Search each line below for "layer", then return the lines where it appears.

━━━ Supplied material ━━━

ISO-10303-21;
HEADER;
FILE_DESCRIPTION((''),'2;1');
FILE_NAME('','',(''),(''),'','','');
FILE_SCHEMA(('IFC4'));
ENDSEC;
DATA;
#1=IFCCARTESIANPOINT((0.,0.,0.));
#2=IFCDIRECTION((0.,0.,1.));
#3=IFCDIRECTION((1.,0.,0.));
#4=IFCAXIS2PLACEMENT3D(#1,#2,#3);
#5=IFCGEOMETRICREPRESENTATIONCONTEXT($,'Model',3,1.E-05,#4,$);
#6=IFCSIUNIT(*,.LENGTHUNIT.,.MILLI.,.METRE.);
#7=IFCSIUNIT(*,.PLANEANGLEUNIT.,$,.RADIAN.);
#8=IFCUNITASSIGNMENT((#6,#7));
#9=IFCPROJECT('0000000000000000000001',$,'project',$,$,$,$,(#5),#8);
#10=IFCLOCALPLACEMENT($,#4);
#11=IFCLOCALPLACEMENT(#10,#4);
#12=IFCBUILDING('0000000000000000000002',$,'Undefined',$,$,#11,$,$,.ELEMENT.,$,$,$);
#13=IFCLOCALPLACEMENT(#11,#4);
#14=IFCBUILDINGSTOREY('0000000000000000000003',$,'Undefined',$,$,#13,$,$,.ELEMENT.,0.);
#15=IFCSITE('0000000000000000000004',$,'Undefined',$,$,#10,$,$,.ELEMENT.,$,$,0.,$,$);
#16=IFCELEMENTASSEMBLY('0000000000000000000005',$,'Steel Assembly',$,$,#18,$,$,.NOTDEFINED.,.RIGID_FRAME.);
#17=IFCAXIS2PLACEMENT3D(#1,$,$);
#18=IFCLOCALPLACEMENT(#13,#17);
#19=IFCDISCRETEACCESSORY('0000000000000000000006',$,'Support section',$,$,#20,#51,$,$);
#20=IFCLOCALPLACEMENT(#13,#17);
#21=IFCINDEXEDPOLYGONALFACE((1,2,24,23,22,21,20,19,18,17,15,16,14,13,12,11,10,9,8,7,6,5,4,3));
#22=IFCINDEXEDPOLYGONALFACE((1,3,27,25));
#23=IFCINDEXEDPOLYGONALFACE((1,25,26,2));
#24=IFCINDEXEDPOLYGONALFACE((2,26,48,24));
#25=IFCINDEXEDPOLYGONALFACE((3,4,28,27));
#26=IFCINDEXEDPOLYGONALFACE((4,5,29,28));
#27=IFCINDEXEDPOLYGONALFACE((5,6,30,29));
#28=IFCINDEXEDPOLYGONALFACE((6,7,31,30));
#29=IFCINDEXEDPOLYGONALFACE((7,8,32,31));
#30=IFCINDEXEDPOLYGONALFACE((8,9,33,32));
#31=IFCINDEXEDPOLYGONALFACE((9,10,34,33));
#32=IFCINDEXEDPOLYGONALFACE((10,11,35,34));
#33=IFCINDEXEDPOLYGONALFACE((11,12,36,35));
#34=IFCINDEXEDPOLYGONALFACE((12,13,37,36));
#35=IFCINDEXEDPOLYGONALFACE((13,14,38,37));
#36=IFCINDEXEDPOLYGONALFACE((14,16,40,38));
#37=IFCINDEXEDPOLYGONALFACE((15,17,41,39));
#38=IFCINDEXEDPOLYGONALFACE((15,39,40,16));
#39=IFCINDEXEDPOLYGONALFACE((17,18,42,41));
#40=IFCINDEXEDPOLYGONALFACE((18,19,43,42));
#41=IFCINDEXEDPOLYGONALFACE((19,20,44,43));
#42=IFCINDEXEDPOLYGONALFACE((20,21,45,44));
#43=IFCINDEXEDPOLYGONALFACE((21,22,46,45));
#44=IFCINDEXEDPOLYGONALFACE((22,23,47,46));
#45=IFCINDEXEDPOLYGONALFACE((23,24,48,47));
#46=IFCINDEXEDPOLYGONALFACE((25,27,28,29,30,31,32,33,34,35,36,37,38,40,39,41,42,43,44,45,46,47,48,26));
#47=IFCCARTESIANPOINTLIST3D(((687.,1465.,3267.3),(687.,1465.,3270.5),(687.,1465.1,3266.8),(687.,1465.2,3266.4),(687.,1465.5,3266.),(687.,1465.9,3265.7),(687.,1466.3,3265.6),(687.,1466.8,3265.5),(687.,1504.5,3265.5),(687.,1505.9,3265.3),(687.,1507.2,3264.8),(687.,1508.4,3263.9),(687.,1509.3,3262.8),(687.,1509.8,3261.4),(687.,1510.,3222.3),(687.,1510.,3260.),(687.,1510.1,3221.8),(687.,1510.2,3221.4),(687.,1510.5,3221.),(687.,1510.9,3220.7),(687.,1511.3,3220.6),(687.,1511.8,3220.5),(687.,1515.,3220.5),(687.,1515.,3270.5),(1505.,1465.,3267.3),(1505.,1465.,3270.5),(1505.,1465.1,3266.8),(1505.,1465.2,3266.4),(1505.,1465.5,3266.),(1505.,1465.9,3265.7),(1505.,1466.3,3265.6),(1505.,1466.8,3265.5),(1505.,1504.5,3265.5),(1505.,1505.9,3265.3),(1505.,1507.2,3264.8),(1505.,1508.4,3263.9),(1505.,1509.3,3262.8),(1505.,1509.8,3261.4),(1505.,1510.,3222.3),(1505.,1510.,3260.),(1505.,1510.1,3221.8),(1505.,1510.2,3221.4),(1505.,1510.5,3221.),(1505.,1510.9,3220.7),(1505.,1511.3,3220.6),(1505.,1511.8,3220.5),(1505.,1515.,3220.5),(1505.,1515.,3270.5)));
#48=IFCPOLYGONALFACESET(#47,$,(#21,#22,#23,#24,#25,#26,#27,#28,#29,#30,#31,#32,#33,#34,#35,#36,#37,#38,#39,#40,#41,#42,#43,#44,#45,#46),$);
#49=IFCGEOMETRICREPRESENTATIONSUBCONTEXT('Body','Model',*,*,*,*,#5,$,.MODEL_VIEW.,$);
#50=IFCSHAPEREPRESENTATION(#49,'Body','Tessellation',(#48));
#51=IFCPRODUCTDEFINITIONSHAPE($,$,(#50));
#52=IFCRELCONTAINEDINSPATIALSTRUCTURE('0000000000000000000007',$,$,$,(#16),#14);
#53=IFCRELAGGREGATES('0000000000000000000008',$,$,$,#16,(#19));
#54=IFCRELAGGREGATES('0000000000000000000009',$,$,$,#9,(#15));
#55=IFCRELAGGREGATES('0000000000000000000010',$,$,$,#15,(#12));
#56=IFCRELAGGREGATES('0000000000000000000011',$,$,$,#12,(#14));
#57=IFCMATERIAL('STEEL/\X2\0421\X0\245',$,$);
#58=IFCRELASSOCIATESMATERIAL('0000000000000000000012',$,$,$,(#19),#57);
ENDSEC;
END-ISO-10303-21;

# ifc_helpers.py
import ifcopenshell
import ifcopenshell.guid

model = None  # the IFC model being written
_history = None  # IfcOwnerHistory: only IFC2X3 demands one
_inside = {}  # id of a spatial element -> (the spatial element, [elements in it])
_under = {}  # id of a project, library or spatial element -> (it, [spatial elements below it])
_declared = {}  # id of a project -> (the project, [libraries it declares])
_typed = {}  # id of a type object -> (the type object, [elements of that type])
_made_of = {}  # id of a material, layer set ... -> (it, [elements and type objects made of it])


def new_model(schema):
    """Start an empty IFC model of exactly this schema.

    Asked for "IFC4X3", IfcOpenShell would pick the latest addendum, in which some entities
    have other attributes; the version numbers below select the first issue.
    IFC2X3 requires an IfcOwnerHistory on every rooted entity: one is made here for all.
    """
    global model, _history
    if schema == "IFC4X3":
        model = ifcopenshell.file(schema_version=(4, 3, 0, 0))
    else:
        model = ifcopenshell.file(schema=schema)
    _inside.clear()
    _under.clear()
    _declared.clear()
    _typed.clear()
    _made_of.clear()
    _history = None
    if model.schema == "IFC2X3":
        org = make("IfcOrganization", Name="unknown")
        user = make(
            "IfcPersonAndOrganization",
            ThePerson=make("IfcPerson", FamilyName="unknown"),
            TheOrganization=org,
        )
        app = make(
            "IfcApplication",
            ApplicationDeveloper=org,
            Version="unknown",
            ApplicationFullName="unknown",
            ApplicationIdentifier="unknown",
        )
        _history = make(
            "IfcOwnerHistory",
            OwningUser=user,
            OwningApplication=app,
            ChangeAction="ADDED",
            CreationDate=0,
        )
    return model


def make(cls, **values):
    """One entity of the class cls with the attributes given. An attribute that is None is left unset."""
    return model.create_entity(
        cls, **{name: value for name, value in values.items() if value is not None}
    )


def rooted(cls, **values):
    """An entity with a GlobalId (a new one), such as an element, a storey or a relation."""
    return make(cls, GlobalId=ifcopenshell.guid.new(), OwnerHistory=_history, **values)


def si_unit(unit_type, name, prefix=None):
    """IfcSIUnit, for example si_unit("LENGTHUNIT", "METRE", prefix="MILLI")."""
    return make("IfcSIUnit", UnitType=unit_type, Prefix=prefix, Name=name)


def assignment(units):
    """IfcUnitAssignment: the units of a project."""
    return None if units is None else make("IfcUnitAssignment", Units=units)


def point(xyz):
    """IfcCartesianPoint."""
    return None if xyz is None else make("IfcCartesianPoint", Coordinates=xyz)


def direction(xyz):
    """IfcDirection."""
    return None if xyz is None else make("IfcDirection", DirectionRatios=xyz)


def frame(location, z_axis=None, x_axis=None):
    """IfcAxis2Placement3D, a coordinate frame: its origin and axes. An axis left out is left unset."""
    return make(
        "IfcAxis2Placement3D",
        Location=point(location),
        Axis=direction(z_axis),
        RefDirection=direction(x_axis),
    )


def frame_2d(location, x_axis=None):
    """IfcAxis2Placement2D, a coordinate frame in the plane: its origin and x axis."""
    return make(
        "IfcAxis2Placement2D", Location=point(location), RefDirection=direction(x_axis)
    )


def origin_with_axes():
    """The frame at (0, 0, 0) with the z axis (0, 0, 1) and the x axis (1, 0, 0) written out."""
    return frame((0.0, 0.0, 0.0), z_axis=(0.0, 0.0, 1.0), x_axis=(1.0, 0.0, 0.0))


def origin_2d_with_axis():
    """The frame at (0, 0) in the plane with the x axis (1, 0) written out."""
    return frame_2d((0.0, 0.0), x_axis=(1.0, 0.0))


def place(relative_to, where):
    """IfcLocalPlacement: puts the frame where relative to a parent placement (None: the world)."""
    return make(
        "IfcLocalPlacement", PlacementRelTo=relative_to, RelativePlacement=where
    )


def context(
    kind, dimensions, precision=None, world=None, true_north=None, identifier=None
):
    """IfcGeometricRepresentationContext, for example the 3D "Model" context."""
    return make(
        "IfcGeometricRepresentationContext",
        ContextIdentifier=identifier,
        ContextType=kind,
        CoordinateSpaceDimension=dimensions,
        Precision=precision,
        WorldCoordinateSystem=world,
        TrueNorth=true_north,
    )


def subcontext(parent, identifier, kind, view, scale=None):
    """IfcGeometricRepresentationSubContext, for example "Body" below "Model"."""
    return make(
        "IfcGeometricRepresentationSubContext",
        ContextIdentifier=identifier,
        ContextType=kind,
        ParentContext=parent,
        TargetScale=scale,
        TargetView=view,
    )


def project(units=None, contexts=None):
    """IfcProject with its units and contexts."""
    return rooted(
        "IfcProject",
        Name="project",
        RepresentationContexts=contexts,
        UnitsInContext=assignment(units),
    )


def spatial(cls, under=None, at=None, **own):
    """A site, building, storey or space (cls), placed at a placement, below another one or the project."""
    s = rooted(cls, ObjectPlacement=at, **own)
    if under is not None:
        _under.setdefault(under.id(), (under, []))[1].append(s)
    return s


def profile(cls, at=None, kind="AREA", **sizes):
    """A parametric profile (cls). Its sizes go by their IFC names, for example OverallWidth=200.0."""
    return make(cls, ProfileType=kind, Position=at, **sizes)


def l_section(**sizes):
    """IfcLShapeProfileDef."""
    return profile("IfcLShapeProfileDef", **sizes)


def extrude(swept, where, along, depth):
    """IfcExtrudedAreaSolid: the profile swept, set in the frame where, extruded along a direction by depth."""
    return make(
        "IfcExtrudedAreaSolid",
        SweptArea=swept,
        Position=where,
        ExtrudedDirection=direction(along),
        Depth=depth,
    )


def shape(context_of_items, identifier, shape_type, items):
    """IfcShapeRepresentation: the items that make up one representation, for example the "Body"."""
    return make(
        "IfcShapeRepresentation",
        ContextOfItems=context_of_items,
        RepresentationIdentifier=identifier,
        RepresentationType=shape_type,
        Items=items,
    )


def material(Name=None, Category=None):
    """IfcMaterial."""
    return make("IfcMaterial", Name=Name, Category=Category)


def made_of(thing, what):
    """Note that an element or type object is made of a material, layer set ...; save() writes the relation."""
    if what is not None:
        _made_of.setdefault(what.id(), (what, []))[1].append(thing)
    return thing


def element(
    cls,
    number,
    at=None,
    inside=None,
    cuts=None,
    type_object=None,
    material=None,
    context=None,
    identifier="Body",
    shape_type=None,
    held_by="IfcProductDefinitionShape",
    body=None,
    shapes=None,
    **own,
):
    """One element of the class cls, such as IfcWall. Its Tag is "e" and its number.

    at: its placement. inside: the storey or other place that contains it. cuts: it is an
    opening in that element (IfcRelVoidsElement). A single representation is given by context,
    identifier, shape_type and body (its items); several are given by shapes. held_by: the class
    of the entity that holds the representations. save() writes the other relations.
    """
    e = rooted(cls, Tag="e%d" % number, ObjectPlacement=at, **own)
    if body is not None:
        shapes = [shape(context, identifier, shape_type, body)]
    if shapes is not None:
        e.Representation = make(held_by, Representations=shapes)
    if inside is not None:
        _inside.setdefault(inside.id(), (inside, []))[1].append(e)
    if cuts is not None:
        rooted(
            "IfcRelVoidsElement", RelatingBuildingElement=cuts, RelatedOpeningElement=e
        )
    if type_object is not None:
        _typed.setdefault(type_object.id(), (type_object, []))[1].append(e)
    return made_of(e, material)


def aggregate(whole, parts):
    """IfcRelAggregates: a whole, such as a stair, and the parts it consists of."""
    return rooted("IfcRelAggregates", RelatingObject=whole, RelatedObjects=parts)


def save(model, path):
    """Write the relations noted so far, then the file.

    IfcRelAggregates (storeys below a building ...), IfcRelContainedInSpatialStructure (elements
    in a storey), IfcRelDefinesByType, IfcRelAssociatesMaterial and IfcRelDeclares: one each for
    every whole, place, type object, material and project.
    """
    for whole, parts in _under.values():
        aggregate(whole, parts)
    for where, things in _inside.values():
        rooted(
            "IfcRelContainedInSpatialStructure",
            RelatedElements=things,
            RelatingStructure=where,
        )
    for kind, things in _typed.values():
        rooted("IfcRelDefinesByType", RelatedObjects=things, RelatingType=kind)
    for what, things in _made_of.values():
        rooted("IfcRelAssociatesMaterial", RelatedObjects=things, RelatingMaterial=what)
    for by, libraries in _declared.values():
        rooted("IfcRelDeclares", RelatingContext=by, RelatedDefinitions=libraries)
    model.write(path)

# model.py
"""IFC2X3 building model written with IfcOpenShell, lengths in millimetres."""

from ifc_helpers import new_model, si_unit, frame, origin_with_axes, origin_2d_with_axis, place, context, subcontext, project, spatial, l_section, extrude, material, element, aggregate, save


model = new_model("IFC2X3")

# Units and contexts
model_context = context("Model", 3, precision=1e-05, world=origin_with_axes())
body_context = subcontext(model_context, "Body", "Model", "MODEL_VIEW")
ifc_project = project(units=[si_unit("LENGTHUNIT", "METRE", prefix="MILLI"), si_unit("PLANEANGLEUNIT", "RADIAN")], contexts=[model_context])

# Site, building, storey
site_placement = place(None, origin_with_axes())
site = spatial("IfcSite", under=ifc_project, at=site_placement, Name="Undefined", CompositionType="ELEMENT", RefElevation=0.0)
building_placement = place(site_placement, origin_with_axes())
building = spatial("IfcBuilding", under=site, at=building_placement, Name="Undefined", CompositionType="ELEMENT")
storey_placement = place(building_placement, origin_with_axes())
storey = spatial("IfcBuildingStorey", under=building, at=storey_placement, Name="Undefined", CompositionType="ELEMENT", Elevation=0.0)

# Element assembly
assembly_1_placement = place(storey_placement, origin_with_axes())
assembly_1 = element("IfcElementAssembly", 1, at=assembly_1_placement, inside=storey, Name="Steel Assembly", AssemblyPlace="NOTDEFINED", PredefinedType="RIGID_FRAME")
ifc_material_1 = material(Name="STEEL/С245")

# Discrete accessory
discrete_accessory_1_placement = place(assembly_1_placement, frame((687.0, 1490.0, 3245.5), z_axis=(0.0, -1.0, 0.0), x_axis=(1.0, 0.0, 0.0)))
discrete_accessory_1 = element("IfcDiscreteAccessory", 2, at=discrete_accessory_1_placement, material=ifc_material_1, Name="Support section", context=body_context, shape_type="SweptSolid", body=[
    extrude(l_section(Depth=50.0, Width=50.0, Thickness=5.0, FilletRadius=5.5, EdgeRadius=1.8, at=origin_2d_with_axis()), frame((818.0, 0.0, 0.0), z_axis=(-1.0, 0.0, 0.0), x_axis=(0.0, -1.0, 0.0)), (0.0, 0.0, 1.0), 818.0),
])
aggregate(assembly_1, [discrete_accessory_1])

save(model, "model.ifc")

━━━

Reply to the exercise –
_made_of = {}  # id of a material, layer set ... -> (it, [elements and type objects made of it])
    """Note that an element or type object is made of a material, layer set ...; save() writes the relation."""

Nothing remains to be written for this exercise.